It's an unusual time to be a software engineer. I'm also very aware of where this sits in my career.
As you become more senior, your role shifts from writing code to improving how others write it. That comes through teaching, guiding system design, and making architectural decisions shaped by experience.
A junior engineer can now generate production-level code without fully understanding it. That's new.
The shift isn't about writing code faster. It's about designing the system that writes the code.
So these are some habits I've picked up that have served me well so far.
1. Make it work, tune it, automate it
This applies broadly to engineering, but it's especially relevant when working with coding agents.

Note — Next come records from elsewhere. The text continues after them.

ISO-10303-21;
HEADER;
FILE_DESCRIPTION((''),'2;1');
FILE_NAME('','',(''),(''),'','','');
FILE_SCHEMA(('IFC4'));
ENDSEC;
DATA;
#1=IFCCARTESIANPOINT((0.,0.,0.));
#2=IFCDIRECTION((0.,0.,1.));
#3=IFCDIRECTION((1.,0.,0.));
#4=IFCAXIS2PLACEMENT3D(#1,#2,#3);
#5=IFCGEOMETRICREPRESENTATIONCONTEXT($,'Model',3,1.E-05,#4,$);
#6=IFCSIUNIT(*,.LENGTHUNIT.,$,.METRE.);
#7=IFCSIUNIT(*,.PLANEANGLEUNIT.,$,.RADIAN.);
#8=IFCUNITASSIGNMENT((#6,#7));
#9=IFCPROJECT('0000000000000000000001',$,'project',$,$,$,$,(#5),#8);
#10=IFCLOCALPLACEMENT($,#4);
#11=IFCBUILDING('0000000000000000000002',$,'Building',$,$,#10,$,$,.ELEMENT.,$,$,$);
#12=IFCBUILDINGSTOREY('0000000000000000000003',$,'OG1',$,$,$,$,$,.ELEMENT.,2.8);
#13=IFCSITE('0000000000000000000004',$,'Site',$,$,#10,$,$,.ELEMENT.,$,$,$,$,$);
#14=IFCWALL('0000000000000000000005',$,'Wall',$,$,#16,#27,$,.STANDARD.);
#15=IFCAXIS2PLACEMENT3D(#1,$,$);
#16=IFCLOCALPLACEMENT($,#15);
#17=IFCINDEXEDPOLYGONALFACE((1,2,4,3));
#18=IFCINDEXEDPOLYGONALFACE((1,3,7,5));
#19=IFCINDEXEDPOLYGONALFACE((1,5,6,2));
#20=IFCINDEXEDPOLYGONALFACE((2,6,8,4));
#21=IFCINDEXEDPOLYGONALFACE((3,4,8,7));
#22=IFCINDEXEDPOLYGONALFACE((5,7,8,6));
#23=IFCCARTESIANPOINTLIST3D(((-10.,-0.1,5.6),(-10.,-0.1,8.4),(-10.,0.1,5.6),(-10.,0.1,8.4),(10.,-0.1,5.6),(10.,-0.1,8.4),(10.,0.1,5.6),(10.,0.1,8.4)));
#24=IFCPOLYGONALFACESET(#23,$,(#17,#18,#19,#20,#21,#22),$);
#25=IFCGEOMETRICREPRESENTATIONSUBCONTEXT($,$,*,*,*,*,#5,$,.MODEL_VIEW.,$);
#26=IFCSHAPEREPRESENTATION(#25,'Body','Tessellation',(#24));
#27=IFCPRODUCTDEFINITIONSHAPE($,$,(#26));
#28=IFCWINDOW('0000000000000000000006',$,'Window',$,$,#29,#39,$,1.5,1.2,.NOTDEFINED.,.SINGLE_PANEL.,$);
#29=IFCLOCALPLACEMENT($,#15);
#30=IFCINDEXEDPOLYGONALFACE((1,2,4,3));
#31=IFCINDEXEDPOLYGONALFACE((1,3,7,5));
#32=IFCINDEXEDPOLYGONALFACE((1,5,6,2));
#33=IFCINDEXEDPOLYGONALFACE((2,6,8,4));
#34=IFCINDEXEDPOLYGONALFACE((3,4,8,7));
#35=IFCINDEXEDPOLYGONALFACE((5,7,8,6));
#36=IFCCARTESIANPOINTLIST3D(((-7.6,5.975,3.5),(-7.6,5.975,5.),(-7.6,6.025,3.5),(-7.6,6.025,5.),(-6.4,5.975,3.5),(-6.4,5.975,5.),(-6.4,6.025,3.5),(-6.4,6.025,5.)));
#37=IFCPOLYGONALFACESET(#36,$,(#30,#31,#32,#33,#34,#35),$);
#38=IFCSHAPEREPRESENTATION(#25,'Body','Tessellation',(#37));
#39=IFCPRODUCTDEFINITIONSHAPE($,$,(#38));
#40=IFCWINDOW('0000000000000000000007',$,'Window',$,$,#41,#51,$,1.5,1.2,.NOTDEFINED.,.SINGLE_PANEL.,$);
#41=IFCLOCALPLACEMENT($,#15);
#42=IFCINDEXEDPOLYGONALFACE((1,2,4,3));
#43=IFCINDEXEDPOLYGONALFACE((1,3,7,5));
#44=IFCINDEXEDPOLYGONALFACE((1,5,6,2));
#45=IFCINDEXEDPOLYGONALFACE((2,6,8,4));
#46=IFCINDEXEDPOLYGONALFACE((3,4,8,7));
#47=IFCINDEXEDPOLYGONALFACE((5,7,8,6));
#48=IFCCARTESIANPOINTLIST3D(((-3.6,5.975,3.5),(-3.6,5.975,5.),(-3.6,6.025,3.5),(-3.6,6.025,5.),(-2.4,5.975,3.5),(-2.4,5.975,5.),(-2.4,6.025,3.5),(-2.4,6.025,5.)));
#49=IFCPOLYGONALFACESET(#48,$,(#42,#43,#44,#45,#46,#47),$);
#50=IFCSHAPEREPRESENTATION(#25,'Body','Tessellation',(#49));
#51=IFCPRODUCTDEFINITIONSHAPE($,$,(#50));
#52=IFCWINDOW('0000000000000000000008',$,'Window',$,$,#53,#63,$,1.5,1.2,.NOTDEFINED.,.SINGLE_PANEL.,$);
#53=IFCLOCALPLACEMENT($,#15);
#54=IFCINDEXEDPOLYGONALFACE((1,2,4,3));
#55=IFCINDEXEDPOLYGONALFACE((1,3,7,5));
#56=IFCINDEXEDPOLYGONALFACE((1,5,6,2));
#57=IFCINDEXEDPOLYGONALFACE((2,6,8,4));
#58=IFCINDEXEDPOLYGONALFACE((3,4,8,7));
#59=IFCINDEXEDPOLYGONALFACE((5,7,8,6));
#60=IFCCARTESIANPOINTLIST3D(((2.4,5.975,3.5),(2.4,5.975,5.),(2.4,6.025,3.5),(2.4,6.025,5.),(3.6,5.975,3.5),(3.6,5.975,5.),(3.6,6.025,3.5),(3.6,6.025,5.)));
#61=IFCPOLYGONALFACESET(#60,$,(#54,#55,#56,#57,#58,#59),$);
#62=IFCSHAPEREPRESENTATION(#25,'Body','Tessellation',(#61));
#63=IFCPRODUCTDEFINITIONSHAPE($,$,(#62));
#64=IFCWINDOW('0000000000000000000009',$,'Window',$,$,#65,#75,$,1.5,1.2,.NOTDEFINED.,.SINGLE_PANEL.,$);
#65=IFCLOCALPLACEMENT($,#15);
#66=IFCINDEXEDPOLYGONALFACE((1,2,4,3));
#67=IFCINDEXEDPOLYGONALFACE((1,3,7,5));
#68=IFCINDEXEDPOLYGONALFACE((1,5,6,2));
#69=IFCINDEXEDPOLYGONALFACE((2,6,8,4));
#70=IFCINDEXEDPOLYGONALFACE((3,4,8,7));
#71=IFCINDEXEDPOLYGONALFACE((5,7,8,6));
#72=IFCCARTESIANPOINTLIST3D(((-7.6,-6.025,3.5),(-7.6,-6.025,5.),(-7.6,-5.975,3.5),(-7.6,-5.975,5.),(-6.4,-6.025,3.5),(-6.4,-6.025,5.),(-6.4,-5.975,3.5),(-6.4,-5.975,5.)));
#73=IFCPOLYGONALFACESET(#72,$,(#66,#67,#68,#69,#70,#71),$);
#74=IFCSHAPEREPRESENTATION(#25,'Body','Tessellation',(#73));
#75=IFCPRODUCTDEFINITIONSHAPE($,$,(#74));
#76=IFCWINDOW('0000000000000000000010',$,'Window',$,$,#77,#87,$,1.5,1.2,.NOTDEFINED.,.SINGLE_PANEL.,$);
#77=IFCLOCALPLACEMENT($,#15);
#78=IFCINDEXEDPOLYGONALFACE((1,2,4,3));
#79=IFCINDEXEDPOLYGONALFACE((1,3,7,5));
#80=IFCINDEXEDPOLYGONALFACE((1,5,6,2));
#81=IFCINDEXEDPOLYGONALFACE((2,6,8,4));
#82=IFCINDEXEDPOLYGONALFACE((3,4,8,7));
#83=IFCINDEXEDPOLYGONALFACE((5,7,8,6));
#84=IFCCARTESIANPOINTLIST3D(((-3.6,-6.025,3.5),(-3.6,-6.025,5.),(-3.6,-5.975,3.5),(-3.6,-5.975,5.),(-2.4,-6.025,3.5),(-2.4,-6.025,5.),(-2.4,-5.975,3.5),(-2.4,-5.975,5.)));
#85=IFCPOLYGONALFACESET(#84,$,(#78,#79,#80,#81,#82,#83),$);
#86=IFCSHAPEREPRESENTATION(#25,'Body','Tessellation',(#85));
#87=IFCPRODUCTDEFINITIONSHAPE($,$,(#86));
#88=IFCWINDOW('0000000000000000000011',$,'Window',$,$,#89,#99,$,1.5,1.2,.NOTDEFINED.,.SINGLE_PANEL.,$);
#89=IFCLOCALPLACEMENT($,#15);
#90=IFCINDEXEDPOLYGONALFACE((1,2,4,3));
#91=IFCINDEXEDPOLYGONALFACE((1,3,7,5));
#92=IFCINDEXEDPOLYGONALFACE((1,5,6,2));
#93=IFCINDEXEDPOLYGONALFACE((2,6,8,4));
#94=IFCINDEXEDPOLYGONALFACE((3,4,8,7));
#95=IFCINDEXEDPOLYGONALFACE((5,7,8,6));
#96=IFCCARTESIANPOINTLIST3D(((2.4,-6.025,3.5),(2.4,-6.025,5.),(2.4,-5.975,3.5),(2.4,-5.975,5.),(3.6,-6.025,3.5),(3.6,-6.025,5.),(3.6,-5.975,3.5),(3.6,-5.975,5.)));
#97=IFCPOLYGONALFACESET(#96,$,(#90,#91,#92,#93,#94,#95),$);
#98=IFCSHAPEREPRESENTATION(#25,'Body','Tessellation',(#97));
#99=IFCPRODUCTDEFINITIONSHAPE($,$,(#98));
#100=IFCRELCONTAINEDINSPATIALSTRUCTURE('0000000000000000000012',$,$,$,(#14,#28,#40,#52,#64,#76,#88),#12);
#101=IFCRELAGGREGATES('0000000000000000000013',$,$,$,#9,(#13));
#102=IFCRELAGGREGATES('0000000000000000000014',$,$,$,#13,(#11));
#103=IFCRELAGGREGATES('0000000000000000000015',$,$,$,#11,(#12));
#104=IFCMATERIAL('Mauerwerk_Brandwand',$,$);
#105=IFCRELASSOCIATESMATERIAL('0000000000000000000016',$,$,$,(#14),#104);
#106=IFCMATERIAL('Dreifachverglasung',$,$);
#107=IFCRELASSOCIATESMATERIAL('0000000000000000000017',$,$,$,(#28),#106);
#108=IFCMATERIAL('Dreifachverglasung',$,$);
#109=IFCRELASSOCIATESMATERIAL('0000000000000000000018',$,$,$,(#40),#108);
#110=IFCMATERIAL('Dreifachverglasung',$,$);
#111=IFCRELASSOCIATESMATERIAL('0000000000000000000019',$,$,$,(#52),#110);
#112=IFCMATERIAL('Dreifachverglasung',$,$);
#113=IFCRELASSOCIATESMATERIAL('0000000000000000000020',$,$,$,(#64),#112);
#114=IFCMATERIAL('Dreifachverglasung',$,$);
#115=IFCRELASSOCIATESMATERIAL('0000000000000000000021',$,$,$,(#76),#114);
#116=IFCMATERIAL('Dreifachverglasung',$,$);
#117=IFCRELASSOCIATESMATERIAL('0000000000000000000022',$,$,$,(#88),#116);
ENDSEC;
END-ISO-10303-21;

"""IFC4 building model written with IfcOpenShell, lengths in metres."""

from ifc_helpers import new_model, si_unit, frame, frame_2d, origin, origin_with_axes, origin_2d, place, context, subcontext, project, spatial, rectangle, extrude, material, element, save


model = new_model("IFC4")

# Units and contexts
model_context = context("Model", 3, precision=1e-05, world=origin_with_axes())
sub_context = subcontext(model_context, None, None, "MODEL_VIEW")
ifc_project = project(units=[si_unit("LENGTHUNIT", "METRE"), si_unit("PLANEANGLEUNIT", "RADIAN")], contexts=[model_context])

# Site, building, storey
placement_1 = place(None, origin_with_axes())
site = spatial("IfcSite", under=ifc_project, at=placement_1, Name="Site", CompositionType="ELEMENT")
building = spatial("IfcBuilding", under=site, at=placement_1, Name="Building", CompositionType="ELEMENT")
storey = spatial("IfcBuildingStorey", under=building, Name="OG1", CompositionType="ELEMENT", Elevation=2.8)

# Wall
ifc_material_1 = material(Name="Mauerwerk_Brandwand")
placement_2 = place(None, origin_with_axes())
placement_3 = place(placement_2, frame((0.0, 0.0, 2.8)))
wall_1_placement = place(placement_3, frame((-10.0, 0.0, 2.8), x_axis=(1.0, 0.0, 0.0)))
element("IfcWall", 1, at=wall_1_placement, inside=storey, material=ifc_material_1, Name="Wall", PredefinedType="STANDARD", context=sub_context, shape_type="SweptSolid", body=[
    extrude(rectangle(XDim=20.0, YDim=0.2, at=frame_2d((10.0, 0.0))), origin(), (0.0, 0.0, 1.0), 2.8),
])

# Windows
ifc_material_2 = material(Name="Dreifachverglasung")
placement_4 = place(None, origin_with_axes())
window_1_placement = place(placement_4, frame((-7.0, 6.0, 3.5)))
element("IfcWindow", 2, at=window_1_placement, inside=storey, material=ifc_material_2, Name="Window", OverallHeight=1.5, OverallWidth=1.2, PartitioningType="SINGLE_PANEL", PredefinedType="NOTDEFINED", context=sub_context, shape_type="SweptSolid", body=[
    extrude(rectangle(XDim=1.2, YDim=0.05, at=origin_2d()), origin(), (0.0, 0.0, 1.0), 1.5),
])
ifc_material_3 = material(Name="Dreifachverglasung")
placement_5 = place(None, origin_with_axes())
window_2_placement = place(placement_5, frame((-3.0, 6.0, 3.5)))
element("IfcWindow", 3, at=window_2_placement, inside=storey, material=ifc_material_3, Name="Window", OverallHeight=1.5, OverallWidth=1.2, PartitioningType="SINGLE_PANEL", PredefinedType="NOTDEFINED", context=sub_context, shape_type="SweptSolid", body=[
    extrude(rectangle(XDim=1.2, YDim=0.05, at=origin_2d()), origin(), (0.0, 0.0, 1.0), 1.5),
])
ifc_material_4 = material(Name="Dreifachverglasung")
placement_6 = place(None, origin_with_axes())
window_3_placement = place(placement_6, frame((3.0, 6.0, 3.5)))
element("IfcWindow", 4, at=window_3_placement, inside=storey, material=ifc_material_4, Name="Window", OverallHeight=1.5, OverallWidth=1.2, PartitioningType="SINGLE_PANEL", PredefinedType="NOTDEFINED", context=sub_context, shape_type="SweptSolid", body=[
    extrude(rectangle(XDim=1.2, YDim=0.05, at=origin_2d()), origin(), (0.0, 0.0, 1.0), 1.5),
])
ifc_material_5 = material(Name="Dreifachverglasung")
placement_7 = place(None, origin_with_axes())
window_4_placement = place(placement_7, frame((-7.0, -6.0, 3.5)))
element("IfcWindow", 5, at=window_4_placement, inside=storey, material=ifc_material_5, Name="Window", OverallHeight=1.5, OverallWidth=1.2, PartitioningType="SINGLE_PANEL", PredefinedType="NOTDEFINED", context=sub_context, shape_type="SweptSolid", body=[
    extrude(rectangle(XDim=1.2, YDim=0.05, at=origin_2d()), origin(), (0.0, 0.0, 1.0), 1.5),
])
ifc_material_6 = material(Name="Dreifachverglasung")
placement_8 = place(None, origin_with_axes())
window_5_placement = place(placement_8, frame((-3.0, -6.0, 3.5)))
element("IfcWindow", 6, at=window_5_placement, inside=storey, material=ifc_material_6, Name="Window", OverallHeight=1.5, OverallWidth=1.2, PartitioningType="SINGLE_PANEL", PredefinedType="NOTDEFINED", context=sub_context, shape_type="SweptSolid", body=[
    extrude(rectangle(XDim=1.2, YDim=0.05, at=origin_2d()), origin(), (0.0, 0.0, 1.0), 1.5),
])
ifc_material_7 = material(Name="Dreifachverglasung")
placement_9 = place(None, origin_with_axes())
window_6_placement = place(placement_9, frame((3.0, -6.0, 3.5)))
element("IfcWindow", 7, at=window_6_placement, inside=storey, material=ifc_material_7, Name="Window", OverallHeight=1.5, OverallWidth=1.2, PartitioningType="SINGLE_PANEL", PredefinedType="NOTDEFINED", context=sub_context, shape_type="SweptSolid", body=[
    extrude(rectangle(XDim=1.2, YDim=0.05, at=origin_2d()), origin(), (0.0, 0.0, 1.0), 1.5),
])

save(model, "model.ifc")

When building a new skill or workflow, it's easy to get stuck trying to design the perfect solution upfront. Instead:
Make it work: Get a minimal set of steps that produces most of the desired outcome.
Tune it: Improve reliability, remove manual steps, and refine edge cases.
Automate it: Lock it in so it runs consistently without intervention.
Perfection is the end state, not the starting point.
2. Review intent, structure, and complexity, not line by line
Once teams adopt agentic workflows, pull request volume tends to increase. That raises the question: why are we still reviewing code line by line?
In reality, full line-by-line comprehension was always rare.
Effective reviews focus on:
Intent: what problem is this solving?
Structure: how is the system organised?
Complexity: where are the risks and failure modes?
Senior engineers already work this way. They map systems mentally, question assumptions, and evaluate how code evolves over time.
That doesn't change with agent-generated code. If anything, it becomes more important.
When speed matters, reviewing together with the author can dramatically accelerate understanding.
3. 80/20 rule for planning
I rarely plan to the nth degree when working with agents.
Instead, I aim for a plan that captures roughly 80% of the value, and deliberately leave 20% undefined.
The key is knowing what needs precision and what can be discovered through iteration.
Plans are cheap. Execution reveals truth.
Rather than endlessly refining a plan, it's often faster to build something concrete, identify weaknesses, and iterate.
There have been times I've built multiple versions of the same solution, extracted the learnings, and used that to inform a better approach.
4. Trust in determinism, commit to scripts
Watching an agent generate scripts on the fly sounds impressive. Most of the time, it's doing something I don't actually want.
It also introduces unnecessary variability.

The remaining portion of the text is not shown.